El clasicismo en el blues es signo determinante para sustraer las experiencias negras del sur, pero no todos los artífices de este género deambulaban con soltura por todos los senderos que este sonido registró; casi siempre encontramos una serie de subgéneros que subyacen de una amalgama real de tendencias.
Boogie, Houserockin’, Barrelhouse, Piano Rhumba, Rural… descripciones más o menos certeras para evaluar a monstruos de esta especie a extinguir.
Solo el inmenso Lightnin’ Hopkins era capa de soltar su infinita sabiduría y cargarla con balas de apariencias distintas. Porque Hopkins era el más abierto, el más atrevido y, si me apuran, el más creativo de todos los bluesmen. Tejano de nacimiento, su estilo de songster eclipsó a todos sus congéneres con una serie de discos inevitables y jugosos, carne de negro cocida a través de golpes y de calor irrespetuoso hacia una raza.

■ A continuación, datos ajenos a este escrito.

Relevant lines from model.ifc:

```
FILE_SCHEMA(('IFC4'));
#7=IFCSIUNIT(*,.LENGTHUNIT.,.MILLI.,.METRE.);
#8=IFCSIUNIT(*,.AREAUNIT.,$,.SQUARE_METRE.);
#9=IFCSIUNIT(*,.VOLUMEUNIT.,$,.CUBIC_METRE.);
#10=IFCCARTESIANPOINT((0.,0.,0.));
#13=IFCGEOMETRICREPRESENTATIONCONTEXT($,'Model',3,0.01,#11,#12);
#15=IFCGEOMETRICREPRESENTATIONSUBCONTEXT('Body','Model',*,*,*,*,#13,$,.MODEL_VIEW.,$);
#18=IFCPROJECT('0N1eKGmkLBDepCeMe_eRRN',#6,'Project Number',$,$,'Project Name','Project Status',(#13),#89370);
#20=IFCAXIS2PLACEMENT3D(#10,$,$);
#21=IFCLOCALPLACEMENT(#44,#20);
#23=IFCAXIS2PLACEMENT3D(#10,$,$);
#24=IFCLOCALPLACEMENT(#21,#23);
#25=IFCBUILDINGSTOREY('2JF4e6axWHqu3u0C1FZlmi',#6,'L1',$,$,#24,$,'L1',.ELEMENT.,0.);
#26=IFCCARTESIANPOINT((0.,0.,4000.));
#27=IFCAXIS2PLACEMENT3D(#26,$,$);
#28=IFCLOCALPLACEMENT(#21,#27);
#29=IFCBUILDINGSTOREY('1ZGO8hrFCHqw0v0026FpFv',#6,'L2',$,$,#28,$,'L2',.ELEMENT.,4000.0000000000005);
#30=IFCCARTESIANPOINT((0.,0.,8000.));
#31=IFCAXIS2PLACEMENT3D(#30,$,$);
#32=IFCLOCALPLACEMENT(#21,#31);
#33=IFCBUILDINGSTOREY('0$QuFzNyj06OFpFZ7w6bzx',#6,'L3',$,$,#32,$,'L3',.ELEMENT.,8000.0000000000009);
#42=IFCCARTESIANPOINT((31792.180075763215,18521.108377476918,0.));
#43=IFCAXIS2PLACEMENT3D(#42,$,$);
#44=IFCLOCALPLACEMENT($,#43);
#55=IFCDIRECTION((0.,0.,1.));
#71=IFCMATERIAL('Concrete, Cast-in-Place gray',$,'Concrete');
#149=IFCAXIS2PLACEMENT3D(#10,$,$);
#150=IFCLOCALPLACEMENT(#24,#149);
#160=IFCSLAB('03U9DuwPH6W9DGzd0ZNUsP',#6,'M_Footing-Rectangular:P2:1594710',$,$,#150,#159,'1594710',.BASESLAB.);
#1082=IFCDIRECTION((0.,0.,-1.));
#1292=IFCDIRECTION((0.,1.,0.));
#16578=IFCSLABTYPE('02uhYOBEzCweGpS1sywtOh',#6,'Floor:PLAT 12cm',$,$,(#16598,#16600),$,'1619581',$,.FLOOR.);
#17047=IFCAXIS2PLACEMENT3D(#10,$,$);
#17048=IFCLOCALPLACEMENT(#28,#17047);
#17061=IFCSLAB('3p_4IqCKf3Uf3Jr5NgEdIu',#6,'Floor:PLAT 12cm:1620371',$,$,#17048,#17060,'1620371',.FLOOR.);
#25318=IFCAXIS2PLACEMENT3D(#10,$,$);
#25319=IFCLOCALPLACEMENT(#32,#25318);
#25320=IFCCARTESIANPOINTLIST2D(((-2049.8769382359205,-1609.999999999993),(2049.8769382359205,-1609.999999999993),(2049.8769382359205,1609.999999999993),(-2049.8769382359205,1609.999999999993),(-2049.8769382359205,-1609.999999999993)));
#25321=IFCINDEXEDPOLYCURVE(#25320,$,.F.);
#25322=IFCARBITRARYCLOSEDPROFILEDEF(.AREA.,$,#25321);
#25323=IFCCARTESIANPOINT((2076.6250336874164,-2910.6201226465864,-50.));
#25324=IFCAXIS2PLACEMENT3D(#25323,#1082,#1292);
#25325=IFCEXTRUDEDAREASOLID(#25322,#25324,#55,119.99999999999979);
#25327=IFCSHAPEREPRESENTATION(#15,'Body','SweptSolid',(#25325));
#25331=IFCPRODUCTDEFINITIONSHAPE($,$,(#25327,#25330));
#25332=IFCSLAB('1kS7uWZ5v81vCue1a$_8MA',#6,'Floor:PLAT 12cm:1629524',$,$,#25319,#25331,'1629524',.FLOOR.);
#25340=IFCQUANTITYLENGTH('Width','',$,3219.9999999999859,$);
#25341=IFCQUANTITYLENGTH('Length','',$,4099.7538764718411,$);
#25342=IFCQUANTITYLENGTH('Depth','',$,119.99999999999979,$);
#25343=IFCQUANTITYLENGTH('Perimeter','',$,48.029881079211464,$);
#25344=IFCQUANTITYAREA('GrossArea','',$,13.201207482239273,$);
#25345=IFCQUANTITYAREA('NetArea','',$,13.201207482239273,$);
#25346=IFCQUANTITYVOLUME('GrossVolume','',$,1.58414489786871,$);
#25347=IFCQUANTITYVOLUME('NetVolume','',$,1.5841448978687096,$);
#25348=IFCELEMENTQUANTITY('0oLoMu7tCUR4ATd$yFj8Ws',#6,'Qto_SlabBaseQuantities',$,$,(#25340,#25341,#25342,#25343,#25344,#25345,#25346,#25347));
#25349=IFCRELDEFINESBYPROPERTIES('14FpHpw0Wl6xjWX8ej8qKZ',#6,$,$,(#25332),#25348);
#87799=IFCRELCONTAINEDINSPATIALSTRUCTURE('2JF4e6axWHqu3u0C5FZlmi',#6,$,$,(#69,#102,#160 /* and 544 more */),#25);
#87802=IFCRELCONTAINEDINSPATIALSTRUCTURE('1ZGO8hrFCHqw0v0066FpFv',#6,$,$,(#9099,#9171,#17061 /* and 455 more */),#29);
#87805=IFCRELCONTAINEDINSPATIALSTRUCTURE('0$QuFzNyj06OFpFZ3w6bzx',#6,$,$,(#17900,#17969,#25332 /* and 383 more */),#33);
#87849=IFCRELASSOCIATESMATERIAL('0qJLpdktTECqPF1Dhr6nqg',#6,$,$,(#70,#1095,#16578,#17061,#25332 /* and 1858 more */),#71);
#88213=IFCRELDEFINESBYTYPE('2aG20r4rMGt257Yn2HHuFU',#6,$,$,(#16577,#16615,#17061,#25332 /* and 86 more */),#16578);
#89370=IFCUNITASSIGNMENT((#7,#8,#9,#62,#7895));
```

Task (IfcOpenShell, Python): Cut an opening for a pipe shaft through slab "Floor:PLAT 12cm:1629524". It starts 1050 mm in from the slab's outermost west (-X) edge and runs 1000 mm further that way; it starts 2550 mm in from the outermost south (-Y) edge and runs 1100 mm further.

```python
import numpy as np
import ifcopenshell
import ifcopenshell.api.feature
import ifcopenshell.api.geometry
import ifcopenshell.api.pset
import ifcopenshell.api.root
import ifcopenshell.geom
import ifcopenshell.util.element
import ifcopenshell.util.placement
import ifcopenshell.util.representation
import ifcopenshell.util.shape
import ifcopenshell.util.unit

model = ifcopenshell.open("model.ifc")
unit_scale = ifcopenshell.util.unit.calculate_unit_scale(model)
area_scale = ifcopenshell.util.unit.calculate_unit_scale(model, "AREAUNIT")
volume_scale = ifcopenshell.util.unit.calculate_unit_scale(model, "VOLUMEUNIT")
settings = ifcopenshell.geom.settings()


def volume(element):
    """Net volume in cubic metres, openings subtracted."""
    shape = ifcopenshell.geom.create_shape(settings, element)
    return ifcopenshell.util.shape.get_volume(shape.geometry)


slab = model.by_guid("1kS7uWZ5v81vCue1a$_8MA")
before = volume(slab)

# Extent in the slab's own axes, in metres. The edges named are its -X and -Y sides.
slab_shape = ifcopenshell.geom.create_shape(settings, slab)
vertices = ifcopenshell.util.shape.get_vertices(slab_shape.geometry)
x_min, y_min, bottom = vertices.min(axis=0)
top = vertices[:, 2].max()

opening = ifcopenshell.api.root.create_entity(model, ifc_class="IfcOpeningElement", name="Pipe shaft opening", predefined_type="OPENING")
context = ifcopenshell.util.representation.get_context(model, "Model", "Body", "MODEL_VIEW")
width, depth = 1, 1.1
outline = [(0.0, 0.0), (width, 0.0), (width, depth), (0.0, depth), (0.0, 0.0)]
# Overshoot both faces by 50 mm so the cut is clean.
shape = ifcopenshell.api.geometry.add_slab_representation(
    model, context=context, depth=top - bottom + 0.1, polyline=outline
)
ifcopenshell.api.geometry.assign_representation(model, product=opening, representation=shape)

matrix = ifcopenshell.util.placement.get_local_placement(slab.ObjectPlacement)
matrix[:, 3] = matrix @ np.append(np.array([x_min + 1.05, y_min + 2.55, bottom - 0.05]) / unit_scale, 1.0)
ifcopenshell.api.geometry.edit_object_placement(model, product=opening, matrix=matrix, is_si=False)
ifcopenshell.api.feature.add_feature(model, feature=opening, element=slab)

after = volume(slab)

# Update the slab's stored quantities.
qto = model.by_id(ifcopenshell.util.element.get_pset(slab, "Qto_SlabBaseQuantities", should_inherit=False)["id"])
ifcopenshell.api.pset.edit_qto(model, qto=qto, properties={
    "NetArea": after / (top - bottom) / area_scale,
    "NetVolume": after / volume_scale,
})

print(f"slab volume {before:.3f} -> {after:.3f} m3")

model.write("model_rev.ifc")
```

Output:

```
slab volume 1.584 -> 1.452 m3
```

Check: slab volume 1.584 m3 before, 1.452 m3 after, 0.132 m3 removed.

Hoy he abierto Discos Amsterdam y se me ha ocurrido otorgarle mi tiempo a Lightnin’. Y él me ha correspondido con una música que escenificaba en mi memoria imágenes en blanco y negro de ciudades en plena depresión, campos de algodón con gente maltratada o cuerdas de guitarra rotas de tanto agitarlas. También he respirado aromas de sudor frío por el miedo y el dolor, polvo de caminos recorridos miles de veces, sin lugar fijo en su destino y chaquetas raídas y salpicadas de whiskey barato.
Es Lightin’ Hopkins, negro por la gracia del sur.